Title TEI and lemon: a comparative study on the lexical encoding and interoperability

In this study, we examine questions pertaining to interoperability between the Text Encoding Initiative (TEI) Guidelines for encoding dictionaries1 and the lexicon model for ontologies (lemon), which has been developed in the context of the W3C OntologyLexica Community Group. The OntoLex Community Group Specification2 contains a section dedicated to clarifying the systems relation to other models of lexical encoding, which covers SKOS(-XL), LMF (Lexical Markup Framework), and the Open Annotation standard but lacks a comparison with TEI. We think that such a comparison is needed; also since issues of bringing the TEI into the world of Linked Open Data and making use of ontologies have continued to gain interest within the TEI community.

In our study, we focus on both TEI and the different modules of lemon in aspects of their technical data models, as well as their respective capacities to adequately express certain linguistic features.

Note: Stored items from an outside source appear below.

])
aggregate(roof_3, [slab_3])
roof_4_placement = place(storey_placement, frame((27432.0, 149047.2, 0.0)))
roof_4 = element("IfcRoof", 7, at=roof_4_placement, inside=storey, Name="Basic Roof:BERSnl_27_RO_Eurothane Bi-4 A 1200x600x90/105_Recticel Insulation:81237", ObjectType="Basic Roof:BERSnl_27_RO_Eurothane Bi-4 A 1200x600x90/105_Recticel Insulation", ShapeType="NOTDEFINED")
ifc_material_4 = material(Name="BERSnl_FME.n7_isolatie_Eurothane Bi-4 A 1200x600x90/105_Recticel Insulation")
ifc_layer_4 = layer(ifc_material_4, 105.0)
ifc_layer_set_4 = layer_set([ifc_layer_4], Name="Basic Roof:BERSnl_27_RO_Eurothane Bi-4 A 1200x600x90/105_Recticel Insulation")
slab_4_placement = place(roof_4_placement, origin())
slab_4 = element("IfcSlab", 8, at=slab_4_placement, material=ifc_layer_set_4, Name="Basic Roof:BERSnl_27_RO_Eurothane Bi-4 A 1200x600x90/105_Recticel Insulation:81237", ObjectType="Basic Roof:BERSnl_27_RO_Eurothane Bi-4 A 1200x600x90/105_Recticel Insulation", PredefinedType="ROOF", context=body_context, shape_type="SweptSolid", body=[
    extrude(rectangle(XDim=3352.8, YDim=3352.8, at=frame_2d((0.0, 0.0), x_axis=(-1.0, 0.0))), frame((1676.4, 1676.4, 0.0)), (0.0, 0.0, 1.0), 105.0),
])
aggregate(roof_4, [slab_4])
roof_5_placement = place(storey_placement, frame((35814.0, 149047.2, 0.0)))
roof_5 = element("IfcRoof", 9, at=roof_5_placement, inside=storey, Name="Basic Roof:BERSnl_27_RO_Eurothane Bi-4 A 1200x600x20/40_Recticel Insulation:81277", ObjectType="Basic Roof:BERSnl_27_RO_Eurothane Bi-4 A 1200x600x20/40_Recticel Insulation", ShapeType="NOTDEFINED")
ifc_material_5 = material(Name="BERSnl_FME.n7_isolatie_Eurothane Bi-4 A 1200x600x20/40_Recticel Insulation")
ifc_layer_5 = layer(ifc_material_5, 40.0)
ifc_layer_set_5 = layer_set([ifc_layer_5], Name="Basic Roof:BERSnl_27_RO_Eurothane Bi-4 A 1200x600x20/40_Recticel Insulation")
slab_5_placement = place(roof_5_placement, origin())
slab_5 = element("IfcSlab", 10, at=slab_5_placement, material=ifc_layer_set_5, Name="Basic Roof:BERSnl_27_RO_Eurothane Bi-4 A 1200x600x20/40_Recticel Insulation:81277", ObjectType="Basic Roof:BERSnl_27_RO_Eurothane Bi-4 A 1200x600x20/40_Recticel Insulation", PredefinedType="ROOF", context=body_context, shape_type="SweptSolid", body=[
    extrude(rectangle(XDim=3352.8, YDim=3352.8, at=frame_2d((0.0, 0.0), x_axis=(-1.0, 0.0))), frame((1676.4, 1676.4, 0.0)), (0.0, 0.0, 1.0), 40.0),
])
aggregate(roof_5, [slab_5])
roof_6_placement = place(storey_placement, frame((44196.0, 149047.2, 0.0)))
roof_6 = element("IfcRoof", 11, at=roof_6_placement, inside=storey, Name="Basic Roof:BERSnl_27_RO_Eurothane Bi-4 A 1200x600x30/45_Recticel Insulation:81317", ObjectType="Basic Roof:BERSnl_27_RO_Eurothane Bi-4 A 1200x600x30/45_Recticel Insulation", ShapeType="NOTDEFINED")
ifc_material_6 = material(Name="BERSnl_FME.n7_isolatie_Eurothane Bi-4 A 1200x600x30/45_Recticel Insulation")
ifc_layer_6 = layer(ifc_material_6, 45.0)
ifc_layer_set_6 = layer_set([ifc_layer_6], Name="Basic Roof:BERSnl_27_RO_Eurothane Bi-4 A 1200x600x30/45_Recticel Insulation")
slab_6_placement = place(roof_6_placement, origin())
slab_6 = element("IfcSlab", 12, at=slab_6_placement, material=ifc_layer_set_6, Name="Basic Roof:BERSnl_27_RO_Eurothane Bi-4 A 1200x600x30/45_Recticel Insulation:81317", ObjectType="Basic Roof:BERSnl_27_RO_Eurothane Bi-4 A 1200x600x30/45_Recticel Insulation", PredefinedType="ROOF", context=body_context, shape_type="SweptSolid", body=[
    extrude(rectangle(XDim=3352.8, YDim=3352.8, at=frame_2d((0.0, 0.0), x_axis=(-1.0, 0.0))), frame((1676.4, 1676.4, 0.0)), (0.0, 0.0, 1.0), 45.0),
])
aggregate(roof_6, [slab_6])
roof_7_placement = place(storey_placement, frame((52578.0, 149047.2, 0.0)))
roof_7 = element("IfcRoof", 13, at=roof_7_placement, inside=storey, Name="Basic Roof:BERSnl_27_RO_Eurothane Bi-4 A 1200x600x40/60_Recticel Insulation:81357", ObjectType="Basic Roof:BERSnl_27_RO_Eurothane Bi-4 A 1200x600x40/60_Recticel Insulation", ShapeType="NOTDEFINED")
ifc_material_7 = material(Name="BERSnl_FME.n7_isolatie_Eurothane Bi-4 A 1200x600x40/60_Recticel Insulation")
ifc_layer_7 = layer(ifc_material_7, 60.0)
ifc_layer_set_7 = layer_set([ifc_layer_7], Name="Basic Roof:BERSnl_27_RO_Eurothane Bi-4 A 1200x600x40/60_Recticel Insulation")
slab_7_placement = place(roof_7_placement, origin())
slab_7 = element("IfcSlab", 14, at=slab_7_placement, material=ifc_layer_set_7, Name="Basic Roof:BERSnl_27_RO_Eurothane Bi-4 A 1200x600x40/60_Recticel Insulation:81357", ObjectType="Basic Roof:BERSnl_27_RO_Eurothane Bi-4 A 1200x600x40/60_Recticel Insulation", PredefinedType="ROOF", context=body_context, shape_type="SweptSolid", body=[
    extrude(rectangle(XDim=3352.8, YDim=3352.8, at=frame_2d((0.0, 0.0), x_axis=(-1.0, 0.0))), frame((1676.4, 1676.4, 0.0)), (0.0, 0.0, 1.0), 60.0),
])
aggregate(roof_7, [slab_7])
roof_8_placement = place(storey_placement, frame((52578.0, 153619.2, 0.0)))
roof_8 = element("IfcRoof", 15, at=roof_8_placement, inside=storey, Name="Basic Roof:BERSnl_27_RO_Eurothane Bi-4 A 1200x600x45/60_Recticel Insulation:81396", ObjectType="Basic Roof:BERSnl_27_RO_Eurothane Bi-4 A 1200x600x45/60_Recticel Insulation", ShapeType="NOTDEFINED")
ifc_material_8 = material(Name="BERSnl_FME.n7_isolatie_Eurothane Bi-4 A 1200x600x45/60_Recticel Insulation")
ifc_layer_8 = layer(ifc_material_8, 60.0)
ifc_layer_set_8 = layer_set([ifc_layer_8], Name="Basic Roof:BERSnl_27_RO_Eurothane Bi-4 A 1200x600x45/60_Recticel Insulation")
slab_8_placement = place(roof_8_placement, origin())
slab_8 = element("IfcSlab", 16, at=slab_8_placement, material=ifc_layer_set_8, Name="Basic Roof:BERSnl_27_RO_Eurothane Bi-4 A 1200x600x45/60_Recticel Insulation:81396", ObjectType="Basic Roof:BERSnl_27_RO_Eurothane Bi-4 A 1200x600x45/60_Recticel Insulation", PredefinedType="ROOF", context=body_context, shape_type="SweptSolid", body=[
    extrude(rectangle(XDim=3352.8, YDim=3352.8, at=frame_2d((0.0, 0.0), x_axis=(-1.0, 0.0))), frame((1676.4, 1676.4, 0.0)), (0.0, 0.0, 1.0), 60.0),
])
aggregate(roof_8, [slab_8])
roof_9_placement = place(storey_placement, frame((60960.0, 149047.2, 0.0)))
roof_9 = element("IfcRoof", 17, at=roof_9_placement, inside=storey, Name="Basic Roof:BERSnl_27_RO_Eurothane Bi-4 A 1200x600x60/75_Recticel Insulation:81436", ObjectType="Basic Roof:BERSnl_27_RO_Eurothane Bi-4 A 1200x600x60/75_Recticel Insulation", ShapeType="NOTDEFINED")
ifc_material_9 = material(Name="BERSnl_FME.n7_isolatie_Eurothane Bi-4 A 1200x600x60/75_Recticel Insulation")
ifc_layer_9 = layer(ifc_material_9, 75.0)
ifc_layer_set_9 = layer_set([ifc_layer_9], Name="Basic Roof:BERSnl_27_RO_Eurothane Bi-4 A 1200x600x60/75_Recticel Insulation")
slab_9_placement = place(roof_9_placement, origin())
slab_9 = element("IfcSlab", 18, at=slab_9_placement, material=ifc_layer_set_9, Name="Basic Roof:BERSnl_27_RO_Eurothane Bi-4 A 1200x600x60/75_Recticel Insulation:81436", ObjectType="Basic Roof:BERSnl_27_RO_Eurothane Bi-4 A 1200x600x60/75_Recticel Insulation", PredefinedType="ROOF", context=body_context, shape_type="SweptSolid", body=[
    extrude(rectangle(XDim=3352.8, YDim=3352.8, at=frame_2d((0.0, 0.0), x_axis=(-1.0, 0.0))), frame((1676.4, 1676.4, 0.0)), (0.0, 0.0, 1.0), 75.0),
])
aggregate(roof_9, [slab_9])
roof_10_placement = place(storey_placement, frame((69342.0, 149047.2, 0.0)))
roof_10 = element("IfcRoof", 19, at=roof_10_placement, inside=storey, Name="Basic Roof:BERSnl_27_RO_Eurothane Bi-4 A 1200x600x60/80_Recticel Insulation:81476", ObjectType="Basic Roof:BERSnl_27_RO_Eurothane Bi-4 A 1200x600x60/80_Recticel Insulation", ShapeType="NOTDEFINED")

For this purpose, we have encoded examples in both systems from multiple sources, including historical and dialectal dictionaries, in which we give particular focus on compounds and different types of variation in the lexical entries. In identifying the non-compatible aspects of these systems, we seek to point out and discuss some of the potential linguistic and technical benefits and potential downsides of using each system for one’s lexical data, also taking into consideration aspects related to the publication of lexicographic data in the Linked Data cloud.